The lines to extract run from the first line of the entries through the line that contains "#3=IFCGEOMETRICREPRESENTATIONCONTEXT($,'Model',3,1.E-05,#2,$);"; reproduce exactly those lines and no others.

------------

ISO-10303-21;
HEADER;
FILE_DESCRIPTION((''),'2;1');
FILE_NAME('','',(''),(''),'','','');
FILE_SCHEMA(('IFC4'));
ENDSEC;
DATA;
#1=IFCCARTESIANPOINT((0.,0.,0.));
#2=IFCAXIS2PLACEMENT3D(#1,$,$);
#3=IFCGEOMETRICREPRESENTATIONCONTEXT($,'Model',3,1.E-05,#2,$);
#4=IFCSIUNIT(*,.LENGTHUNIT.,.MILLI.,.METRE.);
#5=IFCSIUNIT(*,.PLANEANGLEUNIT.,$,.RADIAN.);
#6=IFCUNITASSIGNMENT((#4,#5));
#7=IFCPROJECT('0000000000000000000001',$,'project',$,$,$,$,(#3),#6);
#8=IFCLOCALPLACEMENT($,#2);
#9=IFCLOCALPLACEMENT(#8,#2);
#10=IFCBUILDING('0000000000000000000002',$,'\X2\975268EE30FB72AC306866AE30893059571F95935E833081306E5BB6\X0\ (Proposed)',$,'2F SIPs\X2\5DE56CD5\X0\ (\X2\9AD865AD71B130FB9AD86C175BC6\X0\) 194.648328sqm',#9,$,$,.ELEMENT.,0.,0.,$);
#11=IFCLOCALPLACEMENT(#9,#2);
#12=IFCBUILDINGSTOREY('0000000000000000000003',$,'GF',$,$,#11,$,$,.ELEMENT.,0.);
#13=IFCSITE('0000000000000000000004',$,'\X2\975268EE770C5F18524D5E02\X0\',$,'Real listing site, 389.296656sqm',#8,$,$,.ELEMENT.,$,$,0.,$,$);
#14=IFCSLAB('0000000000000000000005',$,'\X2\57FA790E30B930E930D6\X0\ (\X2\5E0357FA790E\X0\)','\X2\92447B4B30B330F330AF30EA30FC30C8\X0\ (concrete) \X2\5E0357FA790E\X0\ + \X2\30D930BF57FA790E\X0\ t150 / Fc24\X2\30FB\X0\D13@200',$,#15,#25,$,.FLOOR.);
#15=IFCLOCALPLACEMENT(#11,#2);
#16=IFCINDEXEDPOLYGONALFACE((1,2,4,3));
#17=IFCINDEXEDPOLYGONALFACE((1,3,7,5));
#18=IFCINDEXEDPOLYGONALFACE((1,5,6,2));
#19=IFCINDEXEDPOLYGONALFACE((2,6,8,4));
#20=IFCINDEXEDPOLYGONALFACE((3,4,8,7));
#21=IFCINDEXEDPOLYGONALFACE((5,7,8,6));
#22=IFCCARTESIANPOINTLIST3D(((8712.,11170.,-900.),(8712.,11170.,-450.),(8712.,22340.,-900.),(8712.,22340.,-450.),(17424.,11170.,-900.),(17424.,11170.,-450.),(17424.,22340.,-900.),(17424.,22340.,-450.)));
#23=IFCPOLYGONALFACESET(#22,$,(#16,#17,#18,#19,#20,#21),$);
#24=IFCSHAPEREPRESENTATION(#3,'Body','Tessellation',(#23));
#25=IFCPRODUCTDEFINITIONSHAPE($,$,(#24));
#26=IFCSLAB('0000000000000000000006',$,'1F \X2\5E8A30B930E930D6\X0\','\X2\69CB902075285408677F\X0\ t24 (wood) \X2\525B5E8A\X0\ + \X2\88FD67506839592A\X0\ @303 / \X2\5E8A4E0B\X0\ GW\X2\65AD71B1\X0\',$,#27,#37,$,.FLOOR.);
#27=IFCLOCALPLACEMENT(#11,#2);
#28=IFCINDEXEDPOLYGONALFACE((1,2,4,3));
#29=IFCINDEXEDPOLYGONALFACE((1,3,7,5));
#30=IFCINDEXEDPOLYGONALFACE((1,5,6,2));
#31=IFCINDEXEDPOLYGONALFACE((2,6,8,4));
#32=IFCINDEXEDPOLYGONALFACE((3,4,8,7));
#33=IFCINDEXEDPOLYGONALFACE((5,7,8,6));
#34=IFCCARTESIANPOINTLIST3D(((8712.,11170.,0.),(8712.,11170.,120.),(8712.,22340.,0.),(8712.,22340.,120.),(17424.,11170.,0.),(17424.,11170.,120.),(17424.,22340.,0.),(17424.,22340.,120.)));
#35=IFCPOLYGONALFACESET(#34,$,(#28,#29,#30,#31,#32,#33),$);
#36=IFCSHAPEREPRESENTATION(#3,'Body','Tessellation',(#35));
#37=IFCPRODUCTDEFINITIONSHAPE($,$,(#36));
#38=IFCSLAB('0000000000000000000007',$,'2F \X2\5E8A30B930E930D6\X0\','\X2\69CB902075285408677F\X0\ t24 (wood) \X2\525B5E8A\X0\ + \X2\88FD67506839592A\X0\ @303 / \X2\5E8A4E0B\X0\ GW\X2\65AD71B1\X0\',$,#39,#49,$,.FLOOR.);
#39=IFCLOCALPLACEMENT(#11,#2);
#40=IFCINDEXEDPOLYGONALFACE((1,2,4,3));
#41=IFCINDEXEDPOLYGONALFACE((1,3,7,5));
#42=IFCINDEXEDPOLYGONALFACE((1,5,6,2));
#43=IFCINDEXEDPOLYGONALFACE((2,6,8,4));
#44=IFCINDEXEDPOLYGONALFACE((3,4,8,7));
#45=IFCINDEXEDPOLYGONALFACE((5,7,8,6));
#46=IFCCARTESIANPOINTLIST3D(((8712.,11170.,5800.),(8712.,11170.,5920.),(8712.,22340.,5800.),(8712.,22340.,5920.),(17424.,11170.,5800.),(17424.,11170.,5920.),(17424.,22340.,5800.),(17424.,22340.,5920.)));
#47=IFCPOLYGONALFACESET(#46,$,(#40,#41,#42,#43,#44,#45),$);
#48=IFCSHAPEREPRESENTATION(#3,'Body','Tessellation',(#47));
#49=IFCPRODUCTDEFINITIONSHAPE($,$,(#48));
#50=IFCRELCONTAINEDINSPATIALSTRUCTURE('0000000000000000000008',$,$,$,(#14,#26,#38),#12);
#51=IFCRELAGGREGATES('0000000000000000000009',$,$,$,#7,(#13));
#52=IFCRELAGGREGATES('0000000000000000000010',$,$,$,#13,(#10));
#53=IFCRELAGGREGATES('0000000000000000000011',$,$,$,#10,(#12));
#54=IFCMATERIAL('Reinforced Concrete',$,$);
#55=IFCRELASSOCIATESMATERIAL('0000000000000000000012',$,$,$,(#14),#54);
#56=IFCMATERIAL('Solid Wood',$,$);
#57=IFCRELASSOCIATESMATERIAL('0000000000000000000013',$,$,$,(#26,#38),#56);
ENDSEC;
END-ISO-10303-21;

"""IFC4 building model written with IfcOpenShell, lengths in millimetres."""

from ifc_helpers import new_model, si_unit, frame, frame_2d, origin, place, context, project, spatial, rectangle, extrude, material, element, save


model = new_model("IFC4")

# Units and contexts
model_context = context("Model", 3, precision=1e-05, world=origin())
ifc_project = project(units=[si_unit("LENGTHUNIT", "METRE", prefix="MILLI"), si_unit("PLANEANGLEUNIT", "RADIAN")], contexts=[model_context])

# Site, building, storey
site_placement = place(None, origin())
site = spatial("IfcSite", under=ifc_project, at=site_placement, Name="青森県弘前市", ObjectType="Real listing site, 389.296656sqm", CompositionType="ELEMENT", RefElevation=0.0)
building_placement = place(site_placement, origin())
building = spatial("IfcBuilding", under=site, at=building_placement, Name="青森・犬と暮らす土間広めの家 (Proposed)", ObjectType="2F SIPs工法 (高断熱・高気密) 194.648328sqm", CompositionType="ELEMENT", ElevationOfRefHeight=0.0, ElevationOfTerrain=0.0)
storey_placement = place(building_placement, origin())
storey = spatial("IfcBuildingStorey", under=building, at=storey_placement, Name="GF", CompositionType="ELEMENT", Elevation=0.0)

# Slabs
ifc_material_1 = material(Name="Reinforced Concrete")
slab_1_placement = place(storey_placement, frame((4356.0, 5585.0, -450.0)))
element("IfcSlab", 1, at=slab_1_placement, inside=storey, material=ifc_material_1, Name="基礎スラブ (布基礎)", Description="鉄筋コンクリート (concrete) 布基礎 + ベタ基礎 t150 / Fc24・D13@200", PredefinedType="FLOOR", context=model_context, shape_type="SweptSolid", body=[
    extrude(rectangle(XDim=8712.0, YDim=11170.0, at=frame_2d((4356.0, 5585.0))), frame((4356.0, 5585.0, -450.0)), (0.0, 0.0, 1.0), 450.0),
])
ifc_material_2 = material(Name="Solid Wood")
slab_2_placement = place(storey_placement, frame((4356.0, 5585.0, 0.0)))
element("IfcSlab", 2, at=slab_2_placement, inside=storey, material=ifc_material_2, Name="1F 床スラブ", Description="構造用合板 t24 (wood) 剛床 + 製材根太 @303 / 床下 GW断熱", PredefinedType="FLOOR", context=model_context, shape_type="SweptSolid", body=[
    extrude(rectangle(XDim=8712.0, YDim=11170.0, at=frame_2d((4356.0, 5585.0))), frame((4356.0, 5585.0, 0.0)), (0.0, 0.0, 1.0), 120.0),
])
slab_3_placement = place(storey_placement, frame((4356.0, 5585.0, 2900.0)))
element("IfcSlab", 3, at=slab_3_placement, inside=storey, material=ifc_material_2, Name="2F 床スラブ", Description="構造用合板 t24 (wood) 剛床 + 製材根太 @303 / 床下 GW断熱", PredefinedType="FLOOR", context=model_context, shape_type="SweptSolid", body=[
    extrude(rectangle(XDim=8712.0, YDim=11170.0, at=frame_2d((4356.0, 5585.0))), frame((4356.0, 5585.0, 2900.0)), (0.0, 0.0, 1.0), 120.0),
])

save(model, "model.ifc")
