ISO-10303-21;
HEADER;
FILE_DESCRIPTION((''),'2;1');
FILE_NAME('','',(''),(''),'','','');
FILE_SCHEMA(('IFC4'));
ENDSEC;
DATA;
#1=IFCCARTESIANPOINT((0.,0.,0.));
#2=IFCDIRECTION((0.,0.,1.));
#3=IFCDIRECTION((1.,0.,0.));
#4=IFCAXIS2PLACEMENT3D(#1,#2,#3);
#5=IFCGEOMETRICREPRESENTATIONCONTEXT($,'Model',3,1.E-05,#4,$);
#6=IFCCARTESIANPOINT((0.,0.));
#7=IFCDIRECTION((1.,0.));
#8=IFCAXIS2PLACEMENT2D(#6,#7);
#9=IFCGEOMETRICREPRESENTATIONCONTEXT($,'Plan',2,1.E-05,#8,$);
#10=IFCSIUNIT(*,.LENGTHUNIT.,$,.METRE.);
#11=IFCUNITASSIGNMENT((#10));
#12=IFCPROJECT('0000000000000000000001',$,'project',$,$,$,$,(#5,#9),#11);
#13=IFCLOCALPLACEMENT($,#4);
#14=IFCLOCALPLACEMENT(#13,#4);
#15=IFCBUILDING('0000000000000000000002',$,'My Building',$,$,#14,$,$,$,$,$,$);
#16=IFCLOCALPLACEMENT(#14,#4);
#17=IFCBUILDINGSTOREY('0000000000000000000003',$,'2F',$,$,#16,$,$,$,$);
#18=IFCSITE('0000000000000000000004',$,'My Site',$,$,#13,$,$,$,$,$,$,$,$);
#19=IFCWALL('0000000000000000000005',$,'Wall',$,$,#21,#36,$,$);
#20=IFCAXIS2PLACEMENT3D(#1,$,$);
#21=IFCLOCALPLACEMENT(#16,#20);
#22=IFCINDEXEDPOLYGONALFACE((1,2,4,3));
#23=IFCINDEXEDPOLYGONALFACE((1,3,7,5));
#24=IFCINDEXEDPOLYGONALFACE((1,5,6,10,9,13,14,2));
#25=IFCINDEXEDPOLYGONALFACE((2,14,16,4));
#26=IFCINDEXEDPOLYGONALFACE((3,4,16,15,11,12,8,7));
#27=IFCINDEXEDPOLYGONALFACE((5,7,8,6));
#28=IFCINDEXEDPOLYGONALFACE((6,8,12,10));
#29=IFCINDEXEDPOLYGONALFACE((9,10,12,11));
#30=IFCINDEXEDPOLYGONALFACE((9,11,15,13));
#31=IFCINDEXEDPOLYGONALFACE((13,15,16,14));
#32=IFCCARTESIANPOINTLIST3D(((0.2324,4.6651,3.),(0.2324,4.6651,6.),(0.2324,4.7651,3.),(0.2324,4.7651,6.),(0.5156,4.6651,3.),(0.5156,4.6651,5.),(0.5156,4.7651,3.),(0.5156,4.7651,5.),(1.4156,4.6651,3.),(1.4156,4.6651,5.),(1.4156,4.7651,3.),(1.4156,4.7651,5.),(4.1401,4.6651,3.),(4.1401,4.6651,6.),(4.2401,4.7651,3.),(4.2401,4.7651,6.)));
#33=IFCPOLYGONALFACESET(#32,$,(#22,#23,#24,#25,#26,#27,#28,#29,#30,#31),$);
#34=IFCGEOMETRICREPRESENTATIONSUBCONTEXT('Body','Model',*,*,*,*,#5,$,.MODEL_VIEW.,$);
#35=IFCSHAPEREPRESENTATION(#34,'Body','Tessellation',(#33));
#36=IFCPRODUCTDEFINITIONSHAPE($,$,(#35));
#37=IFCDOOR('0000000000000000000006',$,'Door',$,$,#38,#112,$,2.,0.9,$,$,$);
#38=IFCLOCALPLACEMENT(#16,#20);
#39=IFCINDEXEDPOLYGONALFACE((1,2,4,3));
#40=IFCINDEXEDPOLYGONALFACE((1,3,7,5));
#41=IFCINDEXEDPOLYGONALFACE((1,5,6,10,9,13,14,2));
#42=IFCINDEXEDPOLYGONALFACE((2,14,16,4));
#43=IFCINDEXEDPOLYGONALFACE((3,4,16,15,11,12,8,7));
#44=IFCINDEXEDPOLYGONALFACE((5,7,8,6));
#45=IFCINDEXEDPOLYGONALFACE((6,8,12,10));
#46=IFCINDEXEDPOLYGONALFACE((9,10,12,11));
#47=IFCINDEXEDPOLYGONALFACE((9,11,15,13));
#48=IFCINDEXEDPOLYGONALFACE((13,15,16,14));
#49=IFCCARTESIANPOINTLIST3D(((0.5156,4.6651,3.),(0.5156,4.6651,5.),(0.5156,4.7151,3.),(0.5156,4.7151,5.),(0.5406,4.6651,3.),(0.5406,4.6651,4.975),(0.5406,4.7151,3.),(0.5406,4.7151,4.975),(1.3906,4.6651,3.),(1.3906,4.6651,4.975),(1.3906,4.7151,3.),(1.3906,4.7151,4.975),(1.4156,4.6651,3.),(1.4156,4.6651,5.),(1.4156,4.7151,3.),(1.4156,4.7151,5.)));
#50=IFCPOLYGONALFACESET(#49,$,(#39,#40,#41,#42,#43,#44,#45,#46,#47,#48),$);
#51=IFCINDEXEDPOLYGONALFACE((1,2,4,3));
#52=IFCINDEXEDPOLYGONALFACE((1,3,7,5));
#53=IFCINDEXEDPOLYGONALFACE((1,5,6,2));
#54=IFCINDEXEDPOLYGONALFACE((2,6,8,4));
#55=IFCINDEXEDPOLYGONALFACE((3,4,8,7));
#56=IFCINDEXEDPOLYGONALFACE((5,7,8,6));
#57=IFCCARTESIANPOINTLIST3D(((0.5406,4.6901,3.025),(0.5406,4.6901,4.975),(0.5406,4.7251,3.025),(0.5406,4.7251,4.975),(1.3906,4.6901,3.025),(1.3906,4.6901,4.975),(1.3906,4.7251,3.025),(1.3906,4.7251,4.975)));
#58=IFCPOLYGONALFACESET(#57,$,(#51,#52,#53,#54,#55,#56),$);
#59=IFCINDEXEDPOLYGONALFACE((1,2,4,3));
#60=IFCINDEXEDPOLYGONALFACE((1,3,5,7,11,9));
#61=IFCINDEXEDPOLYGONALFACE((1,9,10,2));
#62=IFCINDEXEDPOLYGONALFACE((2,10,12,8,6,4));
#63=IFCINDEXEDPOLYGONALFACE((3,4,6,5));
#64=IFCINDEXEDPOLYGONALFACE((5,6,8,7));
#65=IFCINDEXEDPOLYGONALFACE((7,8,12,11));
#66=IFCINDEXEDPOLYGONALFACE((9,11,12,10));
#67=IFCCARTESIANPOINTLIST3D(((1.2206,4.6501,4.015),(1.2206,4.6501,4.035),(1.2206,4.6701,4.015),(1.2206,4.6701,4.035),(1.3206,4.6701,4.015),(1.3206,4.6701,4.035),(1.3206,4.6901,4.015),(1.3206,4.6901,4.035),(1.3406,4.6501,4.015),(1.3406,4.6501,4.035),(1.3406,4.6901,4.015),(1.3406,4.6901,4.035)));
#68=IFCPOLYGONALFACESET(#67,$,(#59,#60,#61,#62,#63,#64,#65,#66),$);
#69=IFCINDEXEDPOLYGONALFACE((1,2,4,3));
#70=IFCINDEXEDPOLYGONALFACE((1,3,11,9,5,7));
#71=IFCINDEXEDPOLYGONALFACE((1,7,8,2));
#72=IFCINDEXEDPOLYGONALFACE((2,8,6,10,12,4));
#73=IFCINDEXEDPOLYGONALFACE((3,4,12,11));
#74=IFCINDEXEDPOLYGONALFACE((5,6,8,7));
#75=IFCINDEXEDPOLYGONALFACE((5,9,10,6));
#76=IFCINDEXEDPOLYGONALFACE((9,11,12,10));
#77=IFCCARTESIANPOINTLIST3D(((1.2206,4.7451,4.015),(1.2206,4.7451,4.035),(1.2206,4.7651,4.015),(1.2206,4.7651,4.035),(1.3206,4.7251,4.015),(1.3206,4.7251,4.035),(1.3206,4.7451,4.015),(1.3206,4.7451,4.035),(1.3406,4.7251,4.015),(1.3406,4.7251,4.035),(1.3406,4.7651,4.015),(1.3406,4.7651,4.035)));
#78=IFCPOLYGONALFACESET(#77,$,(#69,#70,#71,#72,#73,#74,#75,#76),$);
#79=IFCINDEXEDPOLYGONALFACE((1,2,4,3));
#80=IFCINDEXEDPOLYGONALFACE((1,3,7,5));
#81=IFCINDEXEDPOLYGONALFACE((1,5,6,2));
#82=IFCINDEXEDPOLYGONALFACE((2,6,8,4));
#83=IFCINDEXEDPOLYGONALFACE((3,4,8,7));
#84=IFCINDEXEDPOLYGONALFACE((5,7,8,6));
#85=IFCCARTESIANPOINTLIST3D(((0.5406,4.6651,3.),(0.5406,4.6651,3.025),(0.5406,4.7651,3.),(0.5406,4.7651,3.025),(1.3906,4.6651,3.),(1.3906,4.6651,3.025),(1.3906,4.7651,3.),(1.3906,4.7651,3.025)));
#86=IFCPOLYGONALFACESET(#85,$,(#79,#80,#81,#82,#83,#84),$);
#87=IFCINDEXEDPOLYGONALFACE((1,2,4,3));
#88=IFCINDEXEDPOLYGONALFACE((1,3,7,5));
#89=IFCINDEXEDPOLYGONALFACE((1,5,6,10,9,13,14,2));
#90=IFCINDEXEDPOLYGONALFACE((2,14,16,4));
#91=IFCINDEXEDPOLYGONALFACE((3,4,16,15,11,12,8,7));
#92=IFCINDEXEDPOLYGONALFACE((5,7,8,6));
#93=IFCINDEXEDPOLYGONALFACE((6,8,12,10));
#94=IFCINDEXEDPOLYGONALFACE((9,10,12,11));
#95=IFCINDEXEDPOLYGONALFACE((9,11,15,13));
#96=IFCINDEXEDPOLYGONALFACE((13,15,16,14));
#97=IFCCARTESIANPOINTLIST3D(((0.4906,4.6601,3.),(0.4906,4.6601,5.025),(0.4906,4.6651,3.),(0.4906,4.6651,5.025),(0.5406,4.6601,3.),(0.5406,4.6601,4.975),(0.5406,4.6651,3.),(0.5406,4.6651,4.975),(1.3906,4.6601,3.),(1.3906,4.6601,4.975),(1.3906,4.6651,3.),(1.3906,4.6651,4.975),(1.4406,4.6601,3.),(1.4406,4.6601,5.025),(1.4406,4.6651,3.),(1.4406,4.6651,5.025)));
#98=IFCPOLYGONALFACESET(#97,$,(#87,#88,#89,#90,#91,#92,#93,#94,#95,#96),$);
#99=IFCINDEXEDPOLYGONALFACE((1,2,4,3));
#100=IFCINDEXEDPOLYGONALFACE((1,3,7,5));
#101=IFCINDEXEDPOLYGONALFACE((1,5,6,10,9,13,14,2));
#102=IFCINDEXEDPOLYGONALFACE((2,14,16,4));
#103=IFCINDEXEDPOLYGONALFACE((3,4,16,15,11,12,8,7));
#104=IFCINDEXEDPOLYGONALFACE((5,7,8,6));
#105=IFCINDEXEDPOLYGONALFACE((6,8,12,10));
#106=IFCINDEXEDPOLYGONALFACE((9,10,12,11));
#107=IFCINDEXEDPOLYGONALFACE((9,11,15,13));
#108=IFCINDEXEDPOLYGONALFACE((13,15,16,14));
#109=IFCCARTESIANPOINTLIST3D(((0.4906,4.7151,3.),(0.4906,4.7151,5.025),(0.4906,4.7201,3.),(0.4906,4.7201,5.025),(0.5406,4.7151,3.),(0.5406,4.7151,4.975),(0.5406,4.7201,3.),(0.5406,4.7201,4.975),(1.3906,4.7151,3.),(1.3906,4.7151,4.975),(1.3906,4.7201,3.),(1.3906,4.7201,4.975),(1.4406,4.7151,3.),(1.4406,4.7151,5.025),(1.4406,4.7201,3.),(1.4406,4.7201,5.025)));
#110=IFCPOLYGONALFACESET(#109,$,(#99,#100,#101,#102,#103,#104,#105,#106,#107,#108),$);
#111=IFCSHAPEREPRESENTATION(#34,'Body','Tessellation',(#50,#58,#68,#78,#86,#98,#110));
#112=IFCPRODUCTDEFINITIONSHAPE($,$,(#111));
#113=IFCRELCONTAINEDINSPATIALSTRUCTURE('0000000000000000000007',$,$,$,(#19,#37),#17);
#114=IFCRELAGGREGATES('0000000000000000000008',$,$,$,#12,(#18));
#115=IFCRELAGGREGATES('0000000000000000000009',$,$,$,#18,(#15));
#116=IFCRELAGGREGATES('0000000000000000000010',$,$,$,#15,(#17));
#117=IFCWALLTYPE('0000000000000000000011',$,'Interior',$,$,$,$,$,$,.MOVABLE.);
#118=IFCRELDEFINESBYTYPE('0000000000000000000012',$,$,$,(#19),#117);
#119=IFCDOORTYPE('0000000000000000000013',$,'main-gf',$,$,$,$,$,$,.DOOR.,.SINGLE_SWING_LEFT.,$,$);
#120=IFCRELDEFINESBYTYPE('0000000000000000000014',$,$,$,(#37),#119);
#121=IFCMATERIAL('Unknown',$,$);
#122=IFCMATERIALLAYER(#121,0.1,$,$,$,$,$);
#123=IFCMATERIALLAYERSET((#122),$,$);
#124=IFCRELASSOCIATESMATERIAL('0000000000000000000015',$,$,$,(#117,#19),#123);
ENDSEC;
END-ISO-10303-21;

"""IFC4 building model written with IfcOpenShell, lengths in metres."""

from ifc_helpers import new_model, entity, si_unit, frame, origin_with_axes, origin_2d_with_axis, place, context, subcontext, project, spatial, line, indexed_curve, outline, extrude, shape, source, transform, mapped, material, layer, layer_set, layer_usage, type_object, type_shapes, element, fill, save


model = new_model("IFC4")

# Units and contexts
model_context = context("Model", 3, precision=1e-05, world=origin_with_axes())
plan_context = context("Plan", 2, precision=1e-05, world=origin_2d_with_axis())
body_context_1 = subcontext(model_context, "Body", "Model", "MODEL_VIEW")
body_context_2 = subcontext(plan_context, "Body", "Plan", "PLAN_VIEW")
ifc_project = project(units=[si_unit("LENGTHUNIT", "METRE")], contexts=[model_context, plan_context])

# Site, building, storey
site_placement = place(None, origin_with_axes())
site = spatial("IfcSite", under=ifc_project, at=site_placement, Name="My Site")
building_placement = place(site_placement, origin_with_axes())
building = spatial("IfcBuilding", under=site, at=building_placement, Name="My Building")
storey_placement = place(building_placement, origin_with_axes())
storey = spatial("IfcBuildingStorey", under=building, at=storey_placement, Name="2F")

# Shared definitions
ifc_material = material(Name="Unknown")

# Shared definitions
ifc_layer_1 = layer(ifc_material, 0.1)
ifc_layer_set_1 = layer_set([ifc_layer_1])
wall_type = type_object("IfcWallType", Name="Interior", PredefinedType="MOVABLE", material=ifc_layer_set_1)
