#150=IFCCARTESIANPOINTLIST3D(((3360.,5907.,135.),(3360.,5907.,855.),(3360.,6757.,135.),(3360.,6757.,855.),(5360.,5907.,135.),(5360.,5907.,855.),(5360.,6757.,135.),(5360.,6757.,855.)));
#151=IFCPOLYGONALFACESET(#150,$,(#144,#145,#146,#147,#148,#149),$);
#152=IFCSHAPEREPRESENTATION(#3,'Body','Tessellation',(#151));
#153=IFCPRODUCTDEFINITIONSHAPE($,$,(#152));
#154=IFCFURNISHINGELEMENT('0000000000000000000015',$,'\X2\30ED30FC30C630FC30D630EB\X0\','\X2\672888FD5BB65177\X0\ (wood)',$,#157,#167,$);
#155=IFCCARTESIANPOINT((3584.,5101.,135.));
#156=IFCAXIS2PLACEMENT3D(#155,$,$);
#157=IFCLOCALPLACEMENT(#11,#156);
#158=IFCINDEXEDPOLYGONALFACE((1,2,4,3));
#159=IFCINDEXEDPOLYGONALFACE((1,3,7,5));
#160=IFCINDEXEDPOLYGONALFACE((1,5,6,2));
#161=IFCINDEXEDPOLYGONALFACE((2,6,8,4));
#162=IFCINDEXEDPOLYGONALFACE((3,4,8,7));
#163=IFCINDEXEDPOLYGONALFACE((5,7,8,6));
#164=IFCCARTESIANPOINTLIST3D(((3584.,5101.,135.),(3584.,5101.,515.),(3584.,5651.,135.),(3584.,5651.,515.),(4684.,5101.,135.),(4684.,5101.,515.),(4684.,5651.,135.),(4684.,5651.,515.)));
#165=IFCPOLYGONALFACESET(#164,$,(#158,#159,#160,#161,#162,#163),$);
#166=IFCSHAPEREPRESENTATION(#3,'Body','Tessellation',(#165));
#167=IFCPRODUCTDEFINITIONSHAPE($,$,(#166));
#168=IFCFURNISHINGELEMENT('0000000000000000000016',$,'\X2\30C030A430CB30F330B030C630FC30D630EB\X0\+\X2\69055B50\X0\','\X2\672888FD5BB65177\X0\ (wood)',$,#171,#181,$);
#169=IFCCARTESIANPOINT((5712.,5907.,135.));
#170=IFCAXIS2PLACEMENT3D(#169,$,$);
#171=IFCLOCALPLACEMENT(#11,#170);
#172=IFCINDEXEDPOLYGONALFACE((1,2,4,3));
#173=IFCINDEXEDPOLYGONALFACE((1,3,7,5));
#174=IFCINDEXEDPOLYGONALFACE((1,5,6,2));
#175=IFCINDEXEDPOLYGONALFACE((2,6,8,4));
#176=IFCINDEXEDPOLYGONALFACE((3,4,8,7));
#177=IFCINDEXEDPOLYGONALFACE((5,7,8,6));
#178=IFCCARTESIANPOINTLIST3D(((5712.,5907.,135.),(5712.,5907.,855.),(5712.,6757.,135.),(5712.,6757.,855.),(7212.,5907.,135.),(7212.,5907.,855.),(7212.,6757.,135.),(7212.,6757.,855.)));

------------

- _Task response_
ISO-10303-21;
HEADER;
FILE_DESCRIPTION((''),'2;1');
FILE_NAME('','',(''),(''),'','','');
FILE_SCHEMA(('IFC4'));
ENDSEC;
DATA;
#1=IFCCARTESIANPOINT((0.,0.,0.));
#2=IFCAXIS2PLACEMENT3D(#1,$,$);
#3=IFCGEOMETRICREPRESENTATIONCONTEXT($,'Model',3,1.E-05,#2,$);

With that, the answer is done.